Novia menjelaskan, pencurian ini menimpanya pada Minggu (9/8) lalu. Kejadian ini terbongkar setelah sore harinya ibu korban melihat pintu belakang rumah dalam kondisi terbuka. Ketika itu, rumah Novia yang bersebelahan dengan Elya dalam kondisi kosong. Novia pergi ke rumah mertuanya di wilayah Jetis sementara ibunya pergi ke sawah.
’’Setelah pulang, saya cek lemari di kamar ternyata kalung liontin, cincin dan gelang emas sekitar 6 gram itu hilang,’’ ujar Novia selepas membuat laporan di mapolres, Rabu (12/8). Pencurian ini membuat korban merugi lebih dari Rp 5 juta.

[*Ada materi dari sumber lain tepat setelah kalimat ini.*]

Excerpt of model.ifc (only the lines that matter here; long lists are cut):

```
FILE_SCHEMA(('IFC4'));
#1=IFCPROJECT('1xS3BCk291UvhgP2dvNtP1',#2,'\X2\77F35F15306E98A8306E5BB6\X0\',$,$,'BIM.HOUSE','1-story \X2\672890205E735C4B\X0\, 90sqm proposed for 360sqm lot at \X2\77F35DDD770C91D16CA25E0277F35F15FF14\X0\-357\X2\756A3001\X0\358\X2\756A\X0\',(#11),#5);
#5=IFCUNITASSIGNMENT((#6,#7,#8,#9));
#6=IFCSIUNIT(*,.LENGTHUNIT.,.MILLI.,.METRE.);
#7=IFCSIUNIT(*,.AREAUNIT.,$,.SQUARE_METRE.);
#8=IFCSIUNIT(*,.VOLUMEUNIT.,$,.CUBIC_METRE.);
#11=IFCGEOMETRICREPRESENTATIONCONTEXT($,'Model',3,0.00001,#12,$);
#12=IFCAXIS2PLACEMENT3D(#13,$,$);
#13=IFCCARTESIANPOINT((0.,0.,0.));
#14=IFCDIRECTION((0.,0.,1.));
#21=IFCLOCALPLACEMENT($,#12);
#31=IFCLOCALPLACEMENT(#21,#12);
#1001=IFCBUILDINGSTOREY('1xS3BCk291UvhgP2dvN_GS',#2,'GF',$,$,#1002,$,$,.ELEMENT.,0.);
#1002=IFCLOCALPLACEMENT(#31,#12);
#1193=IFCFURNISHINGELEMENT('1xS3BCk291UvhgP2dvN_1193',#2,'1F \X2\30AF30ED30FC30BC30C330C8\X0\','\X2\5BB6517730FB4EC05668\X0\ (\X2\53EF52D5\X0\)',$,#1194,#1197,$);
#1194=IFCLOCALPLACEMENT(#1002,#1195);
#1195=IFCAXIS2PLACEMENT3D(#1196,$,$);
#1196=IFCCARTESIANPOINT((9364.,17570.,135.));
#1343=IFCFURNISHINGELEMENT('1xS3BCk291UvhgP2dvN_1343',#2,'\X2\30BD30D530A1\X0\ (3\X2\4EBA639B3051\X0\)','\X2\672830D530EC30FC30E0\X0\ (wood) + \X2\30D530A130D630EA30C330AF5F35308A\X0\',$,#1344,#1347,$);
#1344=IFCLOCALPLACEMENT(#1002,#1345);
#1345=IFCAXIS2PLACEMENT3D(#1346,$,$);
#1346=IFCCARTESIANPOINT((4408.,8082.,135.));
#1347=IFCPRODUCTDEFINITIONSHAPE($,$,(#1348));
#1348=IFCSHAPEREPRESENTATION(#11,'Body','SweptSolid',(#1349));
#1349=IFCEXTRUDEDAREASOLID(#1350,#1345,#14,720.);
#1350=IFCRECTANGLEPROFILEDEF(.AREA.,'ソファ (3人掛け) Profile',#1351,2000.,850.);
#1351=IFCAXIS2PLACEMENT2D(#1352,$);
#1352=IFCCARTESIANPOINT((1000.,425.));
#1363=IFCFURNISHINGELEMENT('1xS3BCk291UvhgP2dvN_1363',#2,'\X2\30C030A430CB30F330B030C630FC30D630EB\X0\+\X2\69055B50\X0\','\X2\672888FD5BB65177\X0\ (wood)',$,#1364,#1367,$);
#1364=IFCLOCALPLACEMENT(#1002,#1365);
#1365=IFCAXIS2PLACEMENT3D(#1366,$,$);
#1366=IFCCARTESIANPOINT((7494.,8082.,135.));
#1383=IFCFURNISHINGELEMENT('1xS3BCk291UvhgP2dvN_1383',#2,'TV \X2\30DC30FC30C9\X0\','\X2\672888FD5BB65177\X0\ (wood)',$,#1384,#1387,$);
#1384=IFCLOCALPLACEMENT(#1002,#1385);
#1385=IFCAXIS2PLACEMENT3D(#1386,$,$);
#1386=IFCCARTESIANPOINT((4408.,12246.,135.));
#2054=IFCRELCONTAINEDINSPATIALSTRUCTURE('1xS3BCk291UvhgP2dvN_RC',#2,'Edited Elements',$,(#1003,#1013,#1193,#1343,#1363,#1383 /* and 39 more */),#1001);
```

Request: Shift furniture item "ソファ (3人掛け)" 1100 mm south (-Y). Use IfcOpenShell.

```python
import ifcopenshell
import ifcopenshell.api.geometry
import ifcopenshell.util.placement
import ifcopenshell.util.unit

model = ifcopenshell.open("model.ifc")
unit_scale = ifcopenshell.util.unit.calculate_unit_scale(model)

item = model.by_guid("1xS3BCk291UvhgP2dvN_1343")
matrix = ifcopenshell.util.placement.get_local_placement(item.ObjectPlacement)
matrix[1, 3] -= 1.1 / unit_scale
ifcopenshell.api.geometry.edit_object_placement(model, product=item, matrix=matrix, is_si=False)

print(ifcopenshell.util.placement.get_local_placement(item.ObjectPlacement).round(3) + 0.0)

model.write("model_rev.ifc")
```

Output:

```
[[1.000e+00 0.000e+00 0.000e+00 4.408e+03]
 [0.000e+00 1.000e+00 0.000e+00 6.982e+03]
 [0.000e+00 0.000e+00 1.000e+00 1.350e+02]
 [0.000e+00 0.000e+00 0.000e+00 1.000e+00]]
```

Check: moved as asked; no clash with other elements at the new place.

Tak butuh waktu lama bagi Novia untuk melacak siapa pelaku pencurian ini.
Setelah duduk bersama, Elya mengakui telah mencuri perhiasan milik korban. Di hadapan Novia, ibu muda dua anak itu langsung menjual seluruh emas hasil curian itu ke wilayah Keboan, Jombang, seharga Rp 3 juta. Meski sudah terbongkar, menurut Novia, Elya tidak menunjukkan itikad baik.
Korban akhirnya memutuskan mengambil langkah hukum untuk memberikan efek jera. Novia melapor ke mapolres didampingi perangkat, Bhabinkamtibmas dan Babinsa setempat. ’’Perhiasan itu warisan buat anak saya dari kakeknya. Inginnya perhiasan itu dikembalikan, tapi sudah nggak bisa,’’ tukasnya.
Sekretaris Desa Mojowiryo M. Nur Huda menambahkan, Elya punya cacatan buruk di mata warga. Ia bahkan sudah lebih dari 15 kali ketahuan mencuri di rumah para tetangganya sendiri. ’’Harapannya setelah didatangi Pak Purnomo waktu itu dia tobat, tetapi ini masih saja. Sebelumnya sudah sering, walaupun yang ducuri sederhana seperti mi instan, elpiji atau uang Rp 50 ribu. Warga akhirnya jengkel,’’ terang Huda.
Pelaporan ini dibenarkan Kapolsek Kemlagi Iptu Danny Rizar Ramadhan. Polsek Kemlagi turut mendampingi korban melapor ke mapolres lantaran Elya dinilai melanggar kesepakatan RJ sebelumnya. ’’Kita dampingi untuk membuat laporan polisi agar (Elya, red) segera bisa kita proses hukum,’’ sebutnya, terpisah.
Sebelumnya, Elya sempat viral setelah rekaman CCTV saat ia mencuri tas, buku tulis, dan parfum di Desa Mojogebang, Kecamatan Kemlagi, pada 12 Juli lalu diunggah pemilik toko di media sosial. Elya mencuri sambil menggendong anaknya yang masih bayi 40 hari berikut anak sulungnya yang juga balita serta adiknya, FR.
Sehari kemudian, Polsek Kemlagi melakukan penanganan. Elya, korban serta Anggota Satbinmas Polres Lamongan Ipda Purnomo atau Pak Purnomo menggelar mediasi di Mapolsek Kemlagi. Dari situ disepakati kasus itu di-restorative justice (RJ) atau tak diproses hukum.
Seluruh barang yang dicuri diserahkan ke pelaku setelah kerugian korban sekitar Rp 200 ribu ditanggung Polsek Kemlagi. Syaratnya, ibu muda ini akan dipidanakan jika nantinya kembali mencuri. (vad/fen)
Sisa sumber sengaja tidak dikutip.